December Adventure

The December Adventure is low key. eli_oat

01

I’ve never successfully done any kind of monthly challenge. I like the idea of them, but intentional consistency is not my strong suit. The December Adventure feels more my speed — inching along with some kind of creative practice in whatever way feels meaningful to you each day.

Today’s goals: heat up some water and browse past adventure logs for inspiration.


02

Cleaned my apartment in the hopes of feeling more productive tomorrow.


03

Screenshot of code editor

I got back into a little project I’ve been working on here and there for a few months, born out of my want for something Twine-y but simpler.

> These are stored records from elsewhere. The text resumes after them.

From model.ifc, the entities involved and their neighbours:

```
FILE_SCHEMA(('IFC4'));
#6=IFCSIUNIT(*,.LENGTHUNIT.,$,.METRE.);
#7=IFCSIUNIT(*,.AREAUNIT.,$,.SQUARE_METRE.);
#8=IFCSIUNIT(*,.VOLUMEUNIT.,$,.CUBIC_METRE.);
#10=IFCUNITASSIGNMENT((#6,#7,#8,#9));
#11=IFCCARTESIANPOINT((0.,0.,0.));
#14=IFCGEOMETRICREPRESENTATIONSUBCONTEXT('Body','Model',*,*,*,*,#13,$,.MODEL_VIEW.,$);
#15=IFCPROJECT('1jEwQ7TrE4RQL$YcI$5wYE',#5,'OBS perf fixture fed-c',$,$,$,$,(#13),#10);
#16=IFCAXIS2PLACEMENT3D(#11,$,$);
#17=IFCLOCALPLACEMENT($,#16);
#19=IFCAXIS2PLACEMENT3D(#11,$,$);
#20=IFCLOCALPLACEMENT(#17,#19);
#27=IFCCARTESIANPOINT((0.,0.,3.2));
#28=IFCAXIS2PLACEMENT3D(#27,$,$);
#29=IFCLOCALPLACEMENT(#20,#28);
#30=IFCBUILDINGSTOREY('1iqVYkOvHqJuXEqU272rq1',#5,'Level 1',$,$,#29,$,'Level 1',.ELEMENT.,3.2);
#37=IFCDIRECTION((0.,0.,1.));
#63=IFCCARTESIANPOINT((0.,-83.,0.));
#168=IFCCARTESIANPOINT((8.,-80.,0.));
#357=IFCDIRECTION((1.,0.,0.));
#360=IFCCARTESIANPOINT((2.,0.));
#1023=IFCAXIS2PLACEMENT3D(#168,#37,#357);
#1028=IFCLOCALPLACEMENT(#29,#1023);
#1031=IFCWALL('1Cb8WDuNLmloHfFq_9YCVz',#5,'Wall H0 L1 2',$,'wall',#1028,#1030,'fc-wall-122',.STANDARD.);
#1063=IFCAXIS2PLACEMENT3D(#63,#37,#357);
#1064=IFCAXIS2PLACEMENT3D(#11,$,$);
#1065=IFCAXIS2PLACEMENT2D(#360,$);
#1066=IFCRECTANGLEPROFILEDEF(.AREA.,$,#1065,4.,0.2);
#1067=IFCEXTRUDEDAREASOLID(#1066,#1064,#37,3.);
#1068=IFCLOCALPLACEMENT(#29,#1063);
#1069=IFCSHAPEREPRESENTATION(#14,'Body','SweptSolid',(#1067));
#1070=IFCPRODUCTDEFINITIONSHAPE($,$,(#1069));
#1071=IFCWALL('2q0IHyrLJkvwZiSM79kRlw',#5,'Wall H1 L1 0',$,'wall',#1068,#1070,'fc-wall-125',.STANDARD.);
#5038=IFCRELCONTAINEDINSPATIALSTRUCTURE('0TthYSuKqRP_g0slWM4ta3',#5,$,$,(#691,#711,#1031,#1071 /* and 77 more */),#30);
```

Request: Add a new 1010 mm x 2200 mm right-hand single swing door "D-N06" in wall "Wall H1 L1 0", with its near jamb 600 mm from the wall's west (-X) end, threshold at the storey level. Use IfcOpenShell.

```python
import numpy as np
import ifcopenshell
import ifcopenshell.api.feature
import ifcopenshell.api.geometry
import ifcopenshell.api.root
import ifcopenshell.api.spatial
import ifcopenshell.geom
import ifcopenshell.util.element
import ifcopenshell.util.placement
import ifcopenshell.util.representation
import ifcopenshell.util.shape
import ifcopenshell.util.unit

model = ifcopenshell.open("model.ifc")
unit_scale = ifcopenshell.util.unit.calculate_unit_scale(model)
settings = ifcopenshell.geom.settings()


def volume(element):
    """Net volume in cubic metres, openings subtracted."""
    shape = ifcopenshell.geom.create_shape(settings, element)
    return ifcopenshell.util.shape.get_volume(shape.geometry)


wall = model.by_guid("2q0IHyrLJkvwZiSM79kRlw")
storey = ifcopenshell.util.element.get_container(wall, ifc_class="IfcBuildingStorey")
context = ifcopenshell.util.representation.get_context(model, "Model", "Body", "MODEL_VIEW")
before = volume(wall)

width, height, from_end, sill = 1.01, 2.2, 0.6, 0.0  # metres

# The wall runs along its own X axis, and the end named is its -X end.
wall_shape = ifcopenshell.geom.create_shape(settings, wall)
x, y, z = ifcopenshell.util.shape.get_vertices(wall_shape.geometry).T
start = x.min() + from_end
face, thickness = float(y.min()), float(y.max() - y.min())
wall_matrix = ifcopenshell.util.placement.get_local_placement(wall.ObjectPlacement)
level = ifcopenshell.util.placement.get_local_placement(storey.ObjectPlacement)[2, 3]


def in_wall(x, y):
    """Placement at x, y metres in the wall's axes, at sill height."""
    matrix = wall_matrix.copy()
    matrix[:, 3] = wall_matrix @ np.array([x / unit_scale, y / unit_scale, 0.0, 1.0])
    matrix[2, 3] = level + sill / unit_scale
    return matrix


# Opening: a box that overshoots both wall faces by 50 mm.
opening = ifcopenshell.api.root.create_entity(model, ifc_class="IfcOpeningElement", predefined_type="OPENING")
box = ifcopenshell.api.geometry.add_wall_representation(
    model, context=context, length=width, height=height, thickness=thickness + 0.1
)
ifcopenshell.api.geometry.assign_representation(model, product=opening, representation=box)
ifcopenshell.api.geometry.edit_object_placement(model, product=opening, matrix=in_wall(start, face - 0.05), is_si=False)
ifcopenshell.api.feature.add_feature(model, feature=opening, element=wall)

door = ifcopenshell.api.root.create_entity(model, ifc_class="IfcDoor", name="D-N06", predefined_type="DOOR")
door.OverallWidth, door.OverallHeight = width / unit_scale, height / unit_scale
door.OperationType = "SINGLE_SWING_RIGHT"
body = ifcopenshell.api.geometry.add_door_representation(
    model,
    context=context,
    overall_width=door.OverallWidth,
    overall_height=door.OverallHeight,
    operation_type="SINGLE_SWING_RIGHT",
    lining_properties={"LiningDepth": thickness / unit_scale, "ThresholdDepth": thickness / unit_scale},
)
ifcopenshell.api.geometry.assign_representation(model, product=door, representation=body)
ifcopenshell.api.spatial.assign_container(model, products=[door], relating_structure=storey)
ifcopenshell.api.feature.add_filling(model, opening=opening, element=door)

# The lining spans the wall, so the door starts at the wall face.
ifcopenshell.api.geometry.edit_object_placement(model, product=door, matrix=in_wall(start, face), is_si=False)

after = volume(wall)

print(f"wall volume {before:.3f} -> {after:.3f} m3")

model.write("model-out.ifc")
```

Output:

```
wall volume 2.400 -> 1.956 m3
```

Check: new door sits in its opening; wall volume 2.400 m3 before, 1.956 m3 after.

What I’ve ended up making is a tool that turns a markdown file into interactive fiction.

I’ve had most of it sort of working for a while, but today I finally added some variable interpolation — so now you can do a liiiittle more than just jump between text passages based on player choices.

I’ll probably end up working on this for most of December Adventure, although I do have a few other projects in mind that I could pick up.


04

Had a headache.


05

Fridays are for chores!


06–08

I had a very sleepy weekend and a slow start to the week, so I didn’t feel like doing anything.


09

Back to work on the interactive fiction tool! I added some conditional operator stuff to the code interpolation, so now you can do something like this:

You currently have { items.bread.count } bread.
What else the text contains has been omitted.